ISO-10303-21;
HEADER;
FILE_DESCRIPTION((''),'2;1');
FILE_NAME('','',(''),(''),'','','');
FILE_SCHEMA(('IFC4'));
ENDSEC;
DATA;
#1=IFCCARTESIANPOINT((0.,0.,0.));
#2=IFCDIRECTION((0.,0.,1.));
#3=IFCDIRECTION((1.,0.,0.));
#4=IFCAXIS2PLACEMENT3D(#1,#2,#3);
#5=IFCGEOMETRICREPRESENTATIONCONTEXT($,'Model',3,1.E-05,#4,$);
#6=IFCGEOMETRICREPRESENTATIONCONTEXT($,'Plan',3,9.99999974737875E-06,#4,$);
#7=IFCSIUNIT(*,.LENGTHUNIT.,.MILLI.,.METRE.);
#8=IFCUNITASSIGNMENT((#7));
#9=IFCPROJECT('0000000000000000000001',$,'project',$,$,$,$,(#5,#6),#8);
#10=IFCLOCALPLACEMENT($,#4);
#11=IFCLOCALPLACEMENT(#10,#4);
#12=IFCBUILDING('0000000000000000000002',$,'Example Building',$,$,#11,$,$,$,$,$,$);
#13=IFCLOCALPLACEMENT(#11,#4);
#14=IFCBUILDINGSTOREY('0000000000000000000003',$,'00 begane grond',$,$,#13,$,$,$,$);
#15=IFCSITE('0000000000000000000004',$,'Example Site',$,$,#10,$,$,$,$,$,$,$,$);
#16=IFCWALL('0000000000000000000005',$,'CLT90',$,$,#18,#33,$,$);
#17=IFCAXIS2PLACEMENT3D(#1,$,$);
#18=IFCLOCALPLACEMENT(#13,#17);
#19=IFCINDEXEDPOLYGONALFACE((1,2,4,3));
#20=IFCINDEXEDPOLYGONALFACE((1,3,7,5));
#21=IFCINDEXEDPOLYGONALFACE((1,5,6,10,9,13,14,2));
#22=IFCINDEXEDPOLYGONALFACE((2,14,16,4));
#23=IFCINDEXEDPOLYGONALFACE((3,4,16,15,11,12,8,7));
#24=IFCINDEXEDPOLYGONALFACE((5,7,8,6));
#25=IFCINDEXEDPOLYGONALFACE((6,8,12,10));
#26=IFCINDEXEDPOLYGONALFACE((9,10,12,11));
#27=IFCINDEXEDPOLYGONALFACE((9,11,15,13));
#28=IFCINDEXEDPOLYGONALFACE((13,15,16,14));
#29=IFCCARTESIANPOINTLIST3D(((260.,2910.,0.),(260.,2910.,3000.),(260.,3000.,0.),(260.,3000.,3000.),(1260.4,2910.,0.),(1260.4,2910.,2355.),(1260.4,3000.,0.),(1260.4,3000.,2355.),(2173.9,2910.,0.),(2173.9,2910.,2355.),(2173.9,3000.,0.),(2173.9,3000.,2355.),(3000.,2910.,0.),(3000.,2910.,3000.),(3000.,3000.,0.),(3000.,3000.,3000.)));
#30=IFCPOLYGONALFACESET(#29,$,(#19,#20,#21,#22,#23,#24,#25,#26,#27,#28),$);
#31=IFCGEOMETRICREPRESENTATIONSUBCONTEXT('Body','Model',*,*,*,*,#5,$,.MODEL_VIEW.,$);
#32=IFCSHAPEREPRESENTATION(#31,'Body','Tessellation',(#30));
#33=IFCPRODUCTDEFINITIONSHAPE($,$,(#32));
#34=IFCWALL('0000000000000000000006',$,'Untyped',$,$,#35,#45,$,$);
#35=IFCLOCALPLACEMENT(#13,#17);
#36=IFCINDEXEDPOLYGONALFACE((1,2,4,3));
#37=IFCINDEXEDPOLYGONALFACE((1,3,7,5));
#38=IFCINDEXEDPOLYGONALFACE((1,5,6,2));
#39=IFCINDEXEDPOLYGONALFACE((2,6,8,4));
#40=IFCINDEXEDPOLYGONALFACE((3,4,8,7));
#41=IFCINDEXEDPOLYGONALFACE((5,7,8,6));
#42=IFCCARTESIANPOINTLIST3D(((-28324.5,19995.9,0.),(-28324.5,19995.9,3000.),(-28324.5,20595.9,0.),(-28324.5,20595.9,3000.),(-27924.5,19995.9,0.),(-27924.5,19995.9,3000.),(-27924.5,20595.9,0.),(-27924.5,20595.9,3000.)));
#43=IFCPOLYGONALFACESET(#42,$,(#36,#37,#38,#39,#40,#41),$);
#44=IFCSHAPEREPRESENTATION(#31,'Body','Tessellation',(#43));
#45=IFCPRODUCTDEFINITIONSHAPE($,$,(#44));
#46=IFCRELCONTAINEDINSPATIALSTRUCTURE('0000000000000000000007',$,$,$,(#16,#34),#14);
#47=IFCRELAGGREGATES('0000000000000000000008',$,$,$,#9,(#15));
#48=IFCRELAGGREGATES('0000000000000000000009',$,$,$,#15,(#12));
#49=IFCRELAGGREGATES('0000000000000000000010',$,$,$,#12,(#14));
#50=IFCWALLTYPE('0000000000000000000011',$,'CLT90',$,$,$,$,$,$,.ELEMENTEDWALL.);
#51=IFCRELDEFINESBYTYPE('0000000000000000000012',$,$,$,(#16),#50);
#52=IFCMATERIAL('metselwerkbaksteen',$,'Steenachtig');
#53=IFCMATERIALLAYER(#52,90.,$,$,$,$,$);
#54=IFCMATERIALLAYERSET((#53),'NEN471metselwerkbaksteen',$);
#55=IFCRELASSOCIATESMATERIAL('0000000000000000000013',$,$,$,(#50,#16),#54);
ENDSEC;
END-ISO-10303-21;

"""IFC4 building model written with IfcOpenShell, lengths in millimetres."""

from ifc_helpers import new_model, si_unit, frame, origin_with_axes, place, context, subcontext, project, spatial, line, indexed_curve, outline, extrude, source, transform, mapped, material, layer, layer_set, layer_usage, type_object, element, save


model = new_model("IFC4")

# Units and contexts
model_context = context("Model", 3, precision=1e-05, world=origin_with_axes())
plan_context = context("Plan", 3, precision=9.99999974737875e-06, world=origin_with_axes())
body_context = subcontext(model_context, "Body", "Model", "MODEL_VIEW")
ifc_project = project(units=[si_unit("LENGTHUNIT", "METRE", prefix="MILLI")], contexts=[model_context, plan_context])

# Site, building, storey
site_placement = place(None, frame((0.0, 0.0, 0.0), z_axis=(0.0, 0.0, 1.0), x_axis=(1.0, 0.0, 0.0)))
site = spatial("IfcSite", under=ifc_project, at=site_placement, Name="Example Site")
building_placement = place(site_placement, origin_with_axes())
building = spatial("IfcBuilding", under=site, at=building_placement, Name="Example Building")
storey_placement = place(building_placement, origin_with_axes())
storey = spatial("IfcBuildingStorey", under=building, at=storey_placement, Name="00 begane grond")

# Shared definitions
ifc_material_1 = material(Name="metselwerkbaksteen", Category="Steenachtig")
ifc_layer_1 = layer(ifc_material_1, 90.0)
ifc_layer_set_1 = layer_set([ifc_layer_1], Name="NEN471metselwerkbaksteen")
wall_type_1 = type_object("IfcWallType", Name="CLT90", PredefinedType="ELEMENTEDWALL", material=ifc_layer_set_1)

# Wall, opening
ifc_layer_usage_1 = layer_usage(ifc_layer_set_1, "AXIS2", "POSITIVE", 0.0)
wall_1_placement = place(storey_placement, frame((260.0, 2910.0, 0.0), z_axis=(0.0, 0.0, 1.0), x_axis=(1.0, 0.0, 0.0)))
wall_1 = element("IfcWall", 1, at=wall_1_placement, inside=storey, type_object=wall_type_1, material=ifc_layer_usage_1, Name="CLT90", context=body_context, shape_type="SweptSolid", body=[
    extrude(outline(indexed_curve([(0.0, 0.0), (0.0, 90.0), (2740.0, 90.0), (2740.0, 0.0), (0.0, 0.0)], self_intersect=False)), origin_with_axes(), (0.0, 0.0, 1.0), 3000.0),
])
shared_shape_1 = source(origin_with_axes(), body_context, "Body", "SweptSolid", [
    extrude(outline(indexed_curve([(0.0, 0.0), (913.4, 0.0), (913.4, 2355.0), (0.0, 2355.0)], segments=[line(1, 2, 3, 4, 1)])), frame((0.0, -600.0, 0.0), z_axis=(0.0, -1.0, 0.0), x_axis=(1.0, 0.0, 0.0)), (0.0, 0.0, -1.0), 1200.0),
])
opening_1_placement = place(wall_1_placement, frame((1000.4, 0.0, 0.0), z_axis=(0.0, 0.0, 1.0), x_axis=(1.0, 0.0, 0.0)))
element("IfcOpeningElement", 2, at=opening_1_placement, cuts=wall_1, PredefinedType="OPENING", context=body_context, shape_type="MappedRepresentation", body=[
    mapped(shared_shape_1, transform((0.0, 0.0, 0.0), x_axis=(1.0, 0.0, 0.0), y_axis=(0.0, 1.0, 0.0), z_axis=(0.0, 0.0, 1.0), scale=1.0)),
])

# Wall
wall_2_placement = place(storey_placement, frame((-27924.5, 19995.9, 0.0), z_axis=(0.0, 0.0, 1.0), x_axis=(0.0, 1.0, 0.0)))
element("IfcWall", 3, at=wall_2_placement, inside=storey, Name="Untyped", context=body_context, shape_type="SweptSolid", body=[
    extrude(outline(indexed_curve([(0.0, 0.0), (0.0, 400.0), (600.0, 400.0), (600.0, 0.0), (0.0, 0.0)], self_intersect=False)), origin_with_axes(), (0.0, 0.0, 1.0), 3000.0),
])

save(model, "model.ifc")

— REQUIRED ACTION —
Retype exactly the lines above, from the one with "#39=IFCINDEXEDPOLYGONALFACE((2,6,8,4));" through the one with "#54=IFCMATERIALLAYERSET((#53),'NEN471metselwerkbaksteen',$);", inclusive.

— ANSWER BOX —
#39=IFCINDEXEDPOLYGONALFACE((2,6,8,4));
#40=IFCINDEXEDPOLYGONALFACE((3,4,8,7));
#41=IFCINDEXEDPOLYGONALFACE((5,7,8,6));
#42=IFCCARTESIANPOINTLIST3D(((-28324.5,19995.9,0.),(-28324.5,19995.9,3000.),(-28324.5,20595.9,0.),(-28324.5,20595.9,3000.),(-27924.5,19995.9,0.),(-27924.5,19995.9,3000.),(-27924.5,20595.9,0.),(-27924.5,20595.9,3000.)));
#43=IFCPOLYGONALFACESET(#42,$,(#36,#37,#38,#39,#40,#41),$);
#44=IFCSHAPEREPRESENTATION(#31,'Body','Tessellation',(#43));
#45=IFCPRODUCTDEFINITIONSHAPE($,$,(#44));
#46=IFCRELCONTAINEDINSPATIALSTRUCTURE('0000000000000000000007',$,$,$,(#16,#34),#14);
#47=IFCRELAGGREGATES('0000000000000000000008',$,$,$,#9,(#15));
#48=IFCRELAGGREGATES('0000000000000000000009',$,$,$,#15,(#12));
#49=IFCRELAGGREGATES('0000000000000000000010',$,$,$,#12,(#14));
#50=IFCWALLTYPE('0000000000000000000011',$,'CLT90',$,$,$,$,$,$,.ELEMENTEDWALL.);
#51=IFCRELDEFINESBYTYPE('0000000000000000000012',$,$,$,(#16),#50);
#52=IFCMATERIAL('metselwerkbaksteen',$,'Steenachtig');
#53=IFCMATERIALLAYER(#52,90.,$,$,$,$,$);
#54=IFCMATERIALLAYERSET((#53),'NEN471metselwerkbaksteen',$);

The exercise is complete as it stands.